== Assigned task ==
Scan the lines below for the word "Relevant". Copy each line you find it in.

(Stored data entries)
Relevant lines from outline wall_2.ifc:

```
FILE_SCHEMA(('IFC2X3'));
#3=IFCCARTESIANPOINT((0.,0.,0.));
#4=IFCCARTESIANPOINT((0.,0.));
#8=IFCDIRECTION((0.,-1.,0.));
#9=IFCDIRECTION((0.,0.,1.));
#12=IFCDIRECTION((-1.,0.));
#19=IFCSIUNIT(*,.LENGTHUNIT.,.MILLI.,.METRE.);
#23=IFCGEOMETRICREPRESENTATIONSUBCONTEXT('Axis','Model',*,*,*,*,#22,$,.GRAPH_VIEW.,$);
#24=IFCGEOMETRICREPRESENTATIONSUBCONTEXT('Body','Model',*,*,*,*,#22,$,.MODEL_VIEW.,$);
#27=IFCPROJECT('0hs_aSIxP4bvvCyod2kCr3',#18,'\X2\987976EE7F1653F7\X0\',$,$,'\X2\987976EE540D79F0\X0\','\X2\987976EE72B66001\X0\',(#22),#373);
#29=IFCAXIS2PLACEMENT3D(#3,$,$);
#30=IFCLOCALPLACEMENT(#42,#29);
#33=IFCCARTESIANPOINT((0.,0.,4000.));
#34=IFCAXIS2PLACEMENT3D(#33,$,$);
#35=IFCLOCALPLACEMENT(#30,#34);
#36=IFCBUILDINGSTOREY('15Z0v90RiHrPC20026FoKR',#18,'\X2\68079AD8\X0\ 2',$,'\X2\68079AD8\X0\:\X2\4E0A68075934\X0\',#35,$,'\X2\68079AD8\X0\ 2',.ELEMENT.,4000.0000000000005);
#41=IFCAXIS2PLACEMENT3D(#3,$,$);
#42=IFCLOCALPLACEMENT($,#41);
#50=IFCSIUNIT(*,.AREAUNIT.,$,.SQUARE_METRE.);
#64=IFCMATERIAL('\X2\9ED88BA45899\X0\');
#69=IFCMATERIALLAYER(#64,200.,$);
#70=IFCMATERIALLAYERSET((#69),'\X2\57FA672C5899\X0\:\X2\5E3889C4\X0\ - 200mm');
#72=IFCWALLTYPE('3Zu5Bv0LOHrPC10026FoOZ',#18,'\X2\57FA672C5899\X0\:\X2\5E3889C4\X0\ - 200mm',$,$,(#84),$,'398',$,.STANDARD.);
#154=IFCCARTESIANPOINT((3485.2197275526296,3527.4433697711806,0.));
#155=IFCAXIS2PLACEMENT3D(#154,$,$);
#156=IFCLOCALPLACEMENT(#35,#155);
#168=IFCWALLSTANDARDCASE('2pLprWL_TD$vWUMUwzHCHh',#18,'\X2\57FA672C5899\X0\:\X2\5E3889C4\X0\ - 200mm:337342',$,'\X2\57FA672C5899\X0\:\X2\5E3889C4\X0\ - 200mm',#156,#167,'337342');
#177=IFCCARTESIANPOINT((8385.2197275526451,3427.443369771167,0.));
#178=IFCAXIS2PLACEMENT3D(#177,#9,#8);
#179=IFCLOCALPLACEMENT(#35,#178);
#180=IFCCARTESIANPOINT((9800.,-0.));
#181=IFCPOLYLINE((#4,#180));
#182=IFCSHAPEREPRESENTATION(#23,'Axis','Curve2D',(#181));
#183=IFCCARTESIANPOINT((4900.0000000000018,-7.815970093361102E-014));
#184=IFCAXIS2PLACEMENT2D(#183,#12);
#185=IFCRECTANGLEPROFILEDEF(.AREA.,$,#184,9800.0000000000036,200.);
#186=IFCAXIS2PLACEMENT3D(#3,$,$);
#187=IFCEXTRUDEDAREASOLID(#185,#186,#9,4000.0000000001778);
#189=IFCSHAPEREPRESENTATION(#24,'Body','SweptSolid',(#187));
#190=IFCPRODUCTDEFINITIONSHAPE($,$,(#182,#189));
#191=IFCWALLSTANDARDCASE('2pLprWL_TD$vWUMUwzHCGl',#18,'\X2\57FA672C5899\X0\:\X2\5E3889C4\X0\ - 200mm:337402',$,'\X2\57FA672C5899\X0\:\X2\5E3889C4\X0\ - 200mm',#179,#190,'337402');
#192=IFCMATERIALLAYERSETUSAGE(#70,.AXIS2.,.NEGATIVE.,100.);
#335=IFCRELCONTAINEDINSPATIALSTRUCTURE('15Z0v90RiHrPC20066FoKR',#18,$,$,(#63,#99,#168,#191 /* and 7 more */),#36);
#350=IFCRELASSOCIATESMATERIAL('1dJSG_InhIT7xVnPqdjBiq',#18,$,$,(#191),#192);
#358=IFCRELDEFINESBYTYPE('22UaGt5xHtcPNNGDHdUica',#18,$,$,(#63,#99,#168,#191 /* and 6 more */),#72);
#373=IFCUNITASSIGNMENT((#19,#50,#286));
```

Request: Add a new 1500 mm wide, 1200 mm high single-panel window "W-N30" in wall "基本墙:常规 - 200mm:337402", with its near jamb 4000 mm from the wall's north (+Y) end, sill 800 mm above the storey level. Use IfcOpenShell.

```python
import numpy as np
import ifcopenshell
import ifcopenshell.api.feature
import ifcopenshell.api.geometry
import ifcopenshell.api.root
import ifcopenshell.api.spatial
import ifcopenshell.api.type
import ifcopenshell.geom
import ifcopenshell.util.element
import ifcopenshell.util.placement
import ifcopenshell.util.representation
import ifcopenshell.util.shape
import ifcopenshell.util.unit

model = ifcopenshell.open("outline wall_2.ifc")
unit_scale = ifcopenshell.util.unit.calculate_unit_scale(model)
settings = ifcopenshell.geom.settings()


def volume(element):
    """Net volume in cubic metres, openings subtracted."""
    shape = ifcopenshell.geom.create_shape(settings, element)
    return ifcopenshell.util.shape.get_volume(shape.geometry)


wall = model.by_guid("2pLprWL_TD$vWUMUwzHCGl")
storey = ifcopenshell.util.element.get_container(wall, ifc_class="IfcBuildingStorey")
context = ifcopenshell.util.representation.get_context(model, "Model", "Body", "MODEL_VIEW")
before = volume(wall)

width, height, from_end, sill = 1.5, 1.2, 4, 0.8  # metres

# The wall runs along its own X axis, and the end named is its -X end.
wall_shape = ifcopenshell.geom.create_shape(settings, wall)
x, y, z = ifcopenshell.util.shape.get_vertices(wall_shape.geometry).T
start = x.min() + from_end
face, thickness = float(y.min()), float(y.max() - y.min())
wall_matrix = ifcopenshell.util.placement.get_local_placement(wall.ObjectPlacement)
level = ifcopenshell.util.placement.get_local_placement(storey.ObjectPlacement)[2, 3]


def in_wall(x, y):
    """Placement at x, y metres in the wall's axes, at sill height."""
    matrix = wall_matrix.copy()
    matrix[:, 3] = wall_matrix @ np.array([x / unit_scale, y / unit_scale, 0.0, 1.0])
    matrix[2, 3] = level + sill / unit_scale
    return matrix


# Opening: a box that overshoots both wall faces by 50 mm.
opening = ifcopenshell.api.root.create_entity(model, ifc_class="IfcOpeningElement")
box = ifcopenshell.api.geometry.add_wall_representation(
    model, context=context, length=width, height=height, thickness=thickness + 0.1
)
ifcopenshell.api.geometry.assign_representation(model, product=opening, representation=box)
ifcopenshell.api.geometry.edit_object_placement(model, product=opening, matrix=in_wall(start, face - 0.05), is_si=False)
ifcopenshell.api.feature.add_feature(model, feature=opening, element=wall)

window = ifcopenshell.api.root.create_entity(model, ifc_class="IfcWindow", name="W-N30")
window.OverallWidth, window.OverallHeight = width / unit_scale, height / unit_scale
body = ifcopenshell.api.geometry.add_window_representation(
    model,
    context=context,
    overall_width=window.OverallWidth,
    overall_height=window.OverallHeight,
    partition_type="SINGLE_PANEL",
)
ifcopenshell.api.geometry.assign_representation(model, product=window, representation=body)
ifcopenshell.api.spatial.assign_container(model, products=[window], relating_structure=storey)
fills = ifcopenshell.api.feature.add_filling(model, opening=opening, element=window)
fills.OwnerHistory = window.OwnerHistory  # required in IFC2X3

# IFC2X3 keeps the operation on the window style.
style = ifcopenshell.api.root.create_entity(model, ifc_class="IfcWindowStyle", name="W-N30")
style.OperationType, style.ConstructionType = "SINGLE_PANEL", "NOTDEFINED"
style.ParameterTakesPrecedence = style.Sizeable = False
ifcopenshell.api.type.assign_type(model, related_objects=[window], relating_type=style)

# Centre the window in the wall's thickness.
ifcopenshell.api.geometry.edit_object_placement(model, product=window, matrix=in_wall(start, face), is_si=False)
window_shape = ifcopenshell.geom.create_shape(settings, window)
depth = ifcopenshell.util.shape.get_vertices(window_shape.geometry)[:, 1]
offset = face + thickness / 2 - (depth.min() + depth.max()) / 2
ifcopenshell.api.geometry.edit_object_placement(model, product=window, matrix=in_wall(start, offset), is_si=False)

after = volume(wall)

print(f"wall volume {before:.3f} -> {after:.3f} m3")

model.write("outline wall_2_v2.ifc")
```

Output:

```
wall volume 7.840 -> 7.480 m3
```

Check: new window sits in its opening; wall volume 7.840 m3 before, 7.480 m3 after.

==

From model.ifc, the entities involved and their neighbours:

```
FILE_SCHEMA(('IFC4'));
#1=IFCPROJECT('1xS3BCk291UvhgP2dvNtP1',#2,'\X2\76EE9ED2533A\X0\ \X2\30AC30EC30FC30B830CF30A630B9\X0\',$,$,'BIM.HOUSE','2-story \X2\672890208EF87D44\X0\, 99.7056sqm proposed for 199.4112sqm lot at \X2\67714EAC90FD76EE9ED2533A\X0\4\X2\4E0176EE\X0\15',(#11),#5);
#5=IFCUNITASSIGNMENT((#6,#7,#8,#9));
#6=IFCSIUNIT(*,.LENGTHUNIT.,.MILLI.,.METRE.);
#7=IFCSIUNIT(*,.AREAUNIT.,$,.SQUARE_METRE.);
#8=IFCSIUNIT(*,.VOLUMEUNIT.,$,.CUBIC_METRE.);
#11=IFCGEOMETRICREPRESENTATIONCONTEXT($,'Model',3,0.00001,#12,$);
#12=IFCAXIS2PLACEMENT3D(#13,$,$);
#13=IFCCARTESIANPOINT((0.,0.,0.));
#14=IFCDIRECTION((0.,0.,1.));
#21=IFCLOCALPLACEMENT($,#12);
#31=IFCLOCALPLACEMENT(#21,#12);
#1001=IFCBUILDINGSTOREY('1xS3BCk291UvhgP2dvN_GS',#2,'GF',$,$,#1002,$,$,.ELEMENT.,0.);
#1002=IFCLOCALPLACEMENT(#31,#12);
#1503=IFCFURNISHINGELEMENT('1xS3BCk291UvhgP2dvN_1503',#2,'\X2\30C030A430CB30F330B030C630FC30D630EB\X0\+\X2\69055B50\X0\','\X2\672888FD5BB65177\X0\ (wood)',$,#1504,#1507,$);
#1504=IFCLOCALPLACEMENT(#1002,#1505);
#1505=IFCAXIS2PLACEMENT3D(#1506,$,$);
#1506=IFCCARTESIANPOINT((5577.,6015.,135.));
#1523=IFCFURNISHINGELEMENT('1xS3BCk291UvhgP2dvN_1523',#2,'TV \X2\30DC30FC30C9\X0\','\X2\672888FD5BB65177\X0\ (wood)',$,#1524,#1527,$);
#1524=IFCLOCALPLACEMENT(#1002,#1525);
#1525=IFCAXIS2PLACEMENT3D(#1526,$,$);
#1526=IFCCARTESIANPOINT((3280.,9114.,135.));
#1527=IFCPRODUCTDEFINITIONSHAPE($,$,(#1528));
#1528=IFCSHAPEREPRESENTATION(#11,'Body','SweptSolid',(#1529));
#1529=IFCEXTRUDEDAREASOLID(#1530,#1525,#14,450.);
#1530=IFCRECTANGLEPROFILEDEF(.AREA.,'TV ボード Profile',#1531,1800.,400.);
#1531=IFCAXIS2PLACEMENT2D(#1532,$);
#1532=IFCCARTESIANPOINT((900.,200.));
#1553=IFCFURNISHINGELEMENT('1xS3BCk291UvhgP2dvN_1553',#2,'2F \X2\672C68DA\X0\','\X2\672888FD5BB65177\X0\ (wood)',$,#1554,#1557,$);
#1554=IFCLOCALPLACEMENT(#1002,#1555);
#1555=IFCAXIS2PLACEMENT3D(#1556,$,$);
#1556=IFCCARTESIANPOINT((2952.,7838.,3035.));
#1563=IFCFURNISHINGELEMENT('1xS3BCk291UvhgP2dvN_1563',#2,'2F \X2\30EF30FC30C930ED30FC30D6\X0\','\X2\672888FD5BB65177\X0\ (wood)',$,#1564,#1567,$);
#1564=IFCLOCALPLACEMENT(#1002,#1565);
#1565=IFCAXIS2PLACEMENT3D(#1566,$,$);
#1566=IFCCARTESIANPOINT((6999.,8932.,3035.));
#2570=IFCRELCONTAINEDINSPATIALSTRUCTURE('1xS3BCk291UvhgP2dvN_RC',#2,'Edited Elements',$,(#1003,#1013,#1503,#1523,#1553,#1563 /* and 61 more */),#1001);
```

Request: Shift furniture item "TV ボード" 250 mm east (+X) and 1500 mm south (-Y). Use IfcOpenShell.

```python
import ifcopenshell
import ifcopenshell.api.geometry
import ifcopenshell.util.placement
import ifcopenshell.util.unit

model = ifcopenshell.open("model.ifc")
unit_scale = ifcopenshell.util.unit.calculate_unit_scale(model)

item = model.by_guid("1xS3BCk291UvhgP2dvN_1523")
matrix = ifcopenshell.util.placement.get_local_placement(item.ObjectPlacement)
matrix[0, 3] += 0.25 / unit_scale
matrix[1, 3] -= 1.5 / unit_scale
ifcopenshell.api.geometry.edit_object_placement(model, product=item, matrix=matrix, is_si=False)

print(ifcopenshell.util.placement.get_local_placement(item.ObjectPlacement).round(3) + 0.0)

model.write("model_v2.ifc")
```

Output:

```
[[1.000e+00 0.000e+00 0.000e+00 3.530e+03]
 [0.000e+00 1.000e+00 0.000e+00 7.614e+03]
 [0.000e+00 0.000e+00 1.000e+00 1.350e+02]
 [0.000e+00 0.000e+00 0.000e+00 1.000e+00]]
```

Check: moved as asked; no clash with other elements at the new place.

---

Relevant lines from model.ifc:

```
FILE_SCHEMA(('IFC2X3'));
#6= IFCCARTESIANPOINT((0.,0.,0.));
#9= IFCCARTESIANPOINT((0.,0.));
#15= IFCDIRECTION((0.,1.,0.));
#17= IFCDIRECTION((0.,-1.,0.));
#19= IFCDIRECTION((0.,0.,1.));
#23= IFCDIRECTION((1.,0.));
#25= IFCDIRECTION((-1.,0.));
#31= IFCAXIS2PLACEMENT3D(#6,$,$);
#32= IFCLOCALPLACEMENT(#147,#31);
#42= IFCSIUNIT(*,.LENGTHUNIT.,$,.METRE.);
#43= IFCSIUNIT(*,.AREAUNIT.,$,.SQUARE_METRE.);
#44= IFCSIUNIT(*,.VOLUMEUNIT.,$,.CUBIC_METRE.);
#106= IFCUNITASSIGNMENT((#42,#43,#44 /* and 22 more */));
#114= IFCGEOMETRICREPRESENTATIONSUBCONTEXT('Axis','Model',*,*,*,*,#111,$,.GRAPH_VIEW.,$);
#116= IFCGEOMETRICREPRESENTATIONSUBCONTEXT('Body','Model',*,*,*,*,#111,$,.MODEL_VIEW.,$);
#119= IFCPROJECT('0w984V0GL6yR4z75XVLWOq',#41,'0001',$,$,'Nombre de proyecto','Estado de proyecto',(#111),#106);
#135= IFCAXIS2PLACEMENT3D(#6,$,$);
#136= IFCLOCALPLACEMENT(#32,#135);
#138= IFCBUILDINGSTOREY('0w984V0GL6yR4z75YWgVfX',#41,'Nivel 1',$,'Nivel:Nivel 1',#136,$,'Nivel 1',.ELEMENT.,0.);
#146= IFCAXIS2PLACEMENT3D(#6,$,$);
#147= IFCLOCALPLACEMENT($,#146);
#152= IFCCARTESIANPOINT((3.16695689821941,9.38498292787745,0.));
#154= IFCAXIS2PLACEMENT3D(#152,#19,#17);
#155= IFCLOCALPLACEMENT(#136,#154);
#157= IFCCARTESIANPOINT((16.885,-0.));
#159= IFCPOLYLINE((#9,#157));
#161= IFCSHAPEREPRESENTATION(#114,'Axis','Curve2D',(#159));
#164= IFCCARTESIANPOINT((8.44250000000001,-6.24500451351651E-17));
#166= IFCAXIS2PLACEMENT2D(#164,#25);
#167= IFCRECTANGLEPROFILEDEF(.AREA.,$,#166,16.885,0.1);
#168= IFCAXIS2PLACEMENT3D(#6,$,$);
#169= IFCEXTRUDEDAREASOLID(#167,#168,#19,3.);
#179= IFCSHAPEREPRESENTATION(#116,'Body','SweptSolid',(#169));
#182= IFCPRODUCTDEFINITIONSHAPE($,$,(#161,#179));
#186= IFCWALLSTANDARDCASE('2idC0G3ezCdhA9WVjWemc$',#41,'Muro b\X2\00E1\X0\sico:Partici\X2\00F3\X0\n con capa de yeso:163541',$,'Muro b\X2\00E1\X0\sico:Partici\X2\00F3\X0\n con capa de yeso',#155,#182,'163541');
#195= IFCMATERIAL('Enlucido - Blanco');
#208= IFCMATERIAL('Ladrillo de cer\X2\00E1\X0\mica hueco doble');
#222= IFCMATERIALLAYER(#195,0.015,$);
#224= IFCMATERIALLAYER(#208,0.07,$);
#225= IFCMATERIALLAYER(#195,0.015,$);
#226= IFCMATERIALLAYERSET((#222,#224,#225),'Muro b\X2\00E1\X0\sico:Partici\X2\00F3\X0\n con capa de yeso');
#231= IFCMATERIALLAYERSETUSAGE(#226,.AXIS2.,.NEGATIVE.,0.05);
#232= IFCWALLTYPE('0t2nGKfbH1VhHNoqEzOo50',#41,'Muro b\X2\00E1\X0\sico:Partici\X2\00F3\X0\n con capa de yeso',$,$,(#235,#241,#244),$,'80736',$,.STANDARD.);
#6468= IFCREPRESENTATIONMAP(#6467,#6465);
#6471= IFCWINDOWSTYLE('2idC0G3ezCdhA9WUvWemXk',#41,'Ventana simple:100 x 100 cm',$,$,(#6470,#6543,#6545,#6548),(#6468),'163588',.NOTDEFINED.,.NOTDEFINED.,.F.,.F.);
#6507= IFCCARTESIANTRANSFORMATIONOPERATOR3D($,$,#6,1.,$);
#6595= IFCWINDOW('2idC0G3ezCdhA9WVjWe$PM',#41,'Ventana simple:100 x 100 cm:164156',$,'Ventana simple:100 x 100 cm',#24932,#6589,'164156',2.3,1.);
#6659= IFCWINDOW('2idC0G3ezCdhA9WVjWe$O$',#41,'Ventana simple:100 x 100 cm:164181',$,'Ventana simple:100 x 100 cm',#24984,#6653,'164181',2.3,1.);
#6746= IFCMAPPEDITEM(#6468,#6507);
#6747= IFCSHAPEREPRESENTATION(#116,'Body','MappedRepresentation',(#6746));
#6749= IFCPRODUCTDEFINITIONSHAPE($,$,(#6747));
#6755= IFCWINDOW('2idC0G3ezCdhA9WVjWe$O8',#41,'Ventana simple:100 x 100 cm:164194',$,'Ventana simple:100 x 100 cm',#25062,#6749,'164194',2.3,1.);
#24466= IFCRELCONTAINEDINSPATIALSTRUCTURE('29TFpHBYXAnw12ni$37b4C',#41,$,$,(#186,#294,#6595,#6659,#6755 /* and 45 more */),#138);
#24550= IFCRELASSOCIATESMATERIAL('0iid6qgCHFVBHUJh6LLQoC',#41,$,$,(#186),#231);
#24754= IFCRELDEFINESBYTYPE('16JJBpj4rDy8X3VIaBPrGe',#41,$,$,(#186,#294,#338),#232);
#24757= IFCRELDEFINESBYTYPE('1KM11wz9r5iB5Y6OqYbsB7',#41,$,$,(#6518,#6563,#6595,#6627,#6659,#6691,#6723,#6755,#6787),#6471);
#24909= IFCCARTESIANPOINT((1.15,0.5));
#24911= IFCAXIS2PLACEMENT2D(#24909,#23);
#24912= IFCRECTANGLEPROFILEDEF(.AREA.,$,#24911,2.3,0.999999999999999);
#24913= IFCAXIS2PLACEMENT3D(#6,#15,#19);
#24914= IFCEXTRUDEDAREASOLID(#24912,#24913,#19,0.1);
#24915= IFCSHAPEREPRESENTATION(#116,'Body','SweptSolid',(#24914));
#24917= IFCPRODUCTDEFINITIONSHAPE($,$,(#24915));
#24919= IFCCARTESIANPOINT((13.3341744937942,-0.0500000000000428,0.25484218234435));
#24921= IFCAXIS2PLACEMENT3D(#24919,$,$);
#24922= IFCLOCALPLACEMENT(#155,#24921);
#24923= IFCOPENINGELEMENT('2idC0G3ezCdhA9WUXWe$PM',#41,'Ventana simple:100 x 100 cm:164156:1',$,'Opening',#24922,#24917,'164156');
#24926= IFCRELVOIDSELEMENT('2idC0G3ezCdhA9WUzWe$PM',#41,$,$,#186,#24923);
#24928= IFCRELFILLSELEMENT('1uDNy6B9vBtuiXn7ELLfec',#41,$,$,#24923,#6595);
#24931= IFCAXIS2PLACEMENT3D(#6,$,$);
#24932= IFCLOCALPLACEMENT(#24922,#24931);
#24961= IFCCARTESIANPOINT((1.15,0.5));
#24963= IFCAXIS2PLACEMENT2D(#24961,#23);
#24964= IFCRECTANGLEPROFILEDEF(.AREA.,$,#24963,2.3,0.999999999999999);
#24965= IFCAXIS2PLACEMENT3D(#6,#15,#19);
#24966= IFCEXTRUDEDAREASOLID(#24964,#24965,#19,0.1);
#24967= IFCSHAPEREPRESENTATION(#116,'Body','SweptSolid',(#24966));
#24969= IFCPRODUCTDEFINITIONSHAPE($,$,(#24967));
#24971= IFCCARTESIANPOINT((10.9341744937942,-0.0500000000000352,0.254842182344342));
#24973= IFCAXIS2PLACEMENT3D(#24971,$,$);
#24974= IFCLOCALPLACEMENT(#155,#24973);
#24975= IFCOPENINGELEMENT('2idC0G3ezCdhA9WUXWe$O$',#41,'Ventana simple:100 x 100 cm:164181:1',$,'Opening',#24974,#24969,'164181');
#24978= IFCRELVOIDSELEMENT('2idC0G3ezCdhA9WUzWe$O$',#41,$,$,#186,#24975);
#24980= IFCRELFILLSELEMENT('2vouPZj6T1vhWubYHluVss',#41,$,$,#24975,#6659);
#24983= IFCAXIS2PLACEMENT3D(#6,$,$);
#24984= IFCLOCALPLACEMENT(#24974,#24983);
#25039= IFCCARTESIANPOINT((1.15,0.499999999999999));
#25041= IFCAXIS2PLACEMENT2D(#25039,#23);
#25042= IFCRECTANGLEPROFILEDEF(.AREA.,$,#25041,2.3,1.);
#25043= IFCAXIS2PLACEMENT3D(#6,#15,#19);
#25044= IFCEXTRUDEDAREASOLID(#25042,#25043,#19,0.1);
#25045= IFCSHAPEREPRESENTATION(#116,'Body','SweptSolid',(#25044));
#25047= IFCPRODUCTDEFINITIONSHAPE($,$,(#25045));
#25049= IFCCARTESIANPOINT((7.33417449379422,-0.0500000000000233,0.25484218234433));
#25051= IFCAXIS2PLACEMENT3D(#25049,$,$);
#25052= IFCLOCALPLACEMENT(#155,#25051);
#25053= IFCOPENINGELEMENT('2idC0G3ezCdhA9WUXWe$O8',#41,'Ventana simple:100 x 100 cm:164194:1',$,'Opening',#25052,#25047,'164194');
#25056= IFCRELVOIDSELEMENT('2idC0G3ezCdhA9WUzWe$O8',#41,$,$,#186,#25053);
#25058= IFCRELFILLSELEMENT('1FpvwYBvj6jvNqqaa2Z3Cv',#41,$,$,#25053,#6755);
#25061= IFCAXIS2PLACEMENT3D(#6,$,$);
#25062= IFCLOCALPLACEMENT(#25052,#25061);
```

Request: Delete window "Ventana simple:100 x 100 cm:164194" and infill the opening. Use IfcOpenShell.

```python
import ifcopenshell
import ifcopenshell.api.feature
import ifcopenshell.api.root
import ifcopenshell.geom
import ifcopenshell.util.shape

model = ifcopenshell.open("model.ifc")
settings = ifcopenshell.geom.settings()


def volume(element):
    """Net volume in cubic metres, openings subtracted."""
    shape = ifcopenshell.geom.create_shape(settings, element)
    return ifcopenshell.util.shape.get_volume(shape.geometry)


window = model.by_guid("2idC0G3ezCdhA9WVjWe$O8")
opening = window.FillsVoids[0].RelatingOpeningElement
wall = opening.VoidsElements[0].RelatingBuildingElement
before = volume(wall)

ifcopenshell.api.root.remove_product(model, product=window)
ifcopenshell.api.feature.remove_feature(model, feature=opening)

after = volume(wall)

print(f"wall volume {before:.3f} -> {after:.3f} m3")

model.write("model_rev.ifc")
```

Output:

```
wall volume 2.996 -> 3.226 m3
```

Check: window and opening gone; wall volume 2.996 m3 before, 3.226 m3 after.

== Result ==
Relevant lines from outline wall_2.ifc:
Relevant lines from model.ifc:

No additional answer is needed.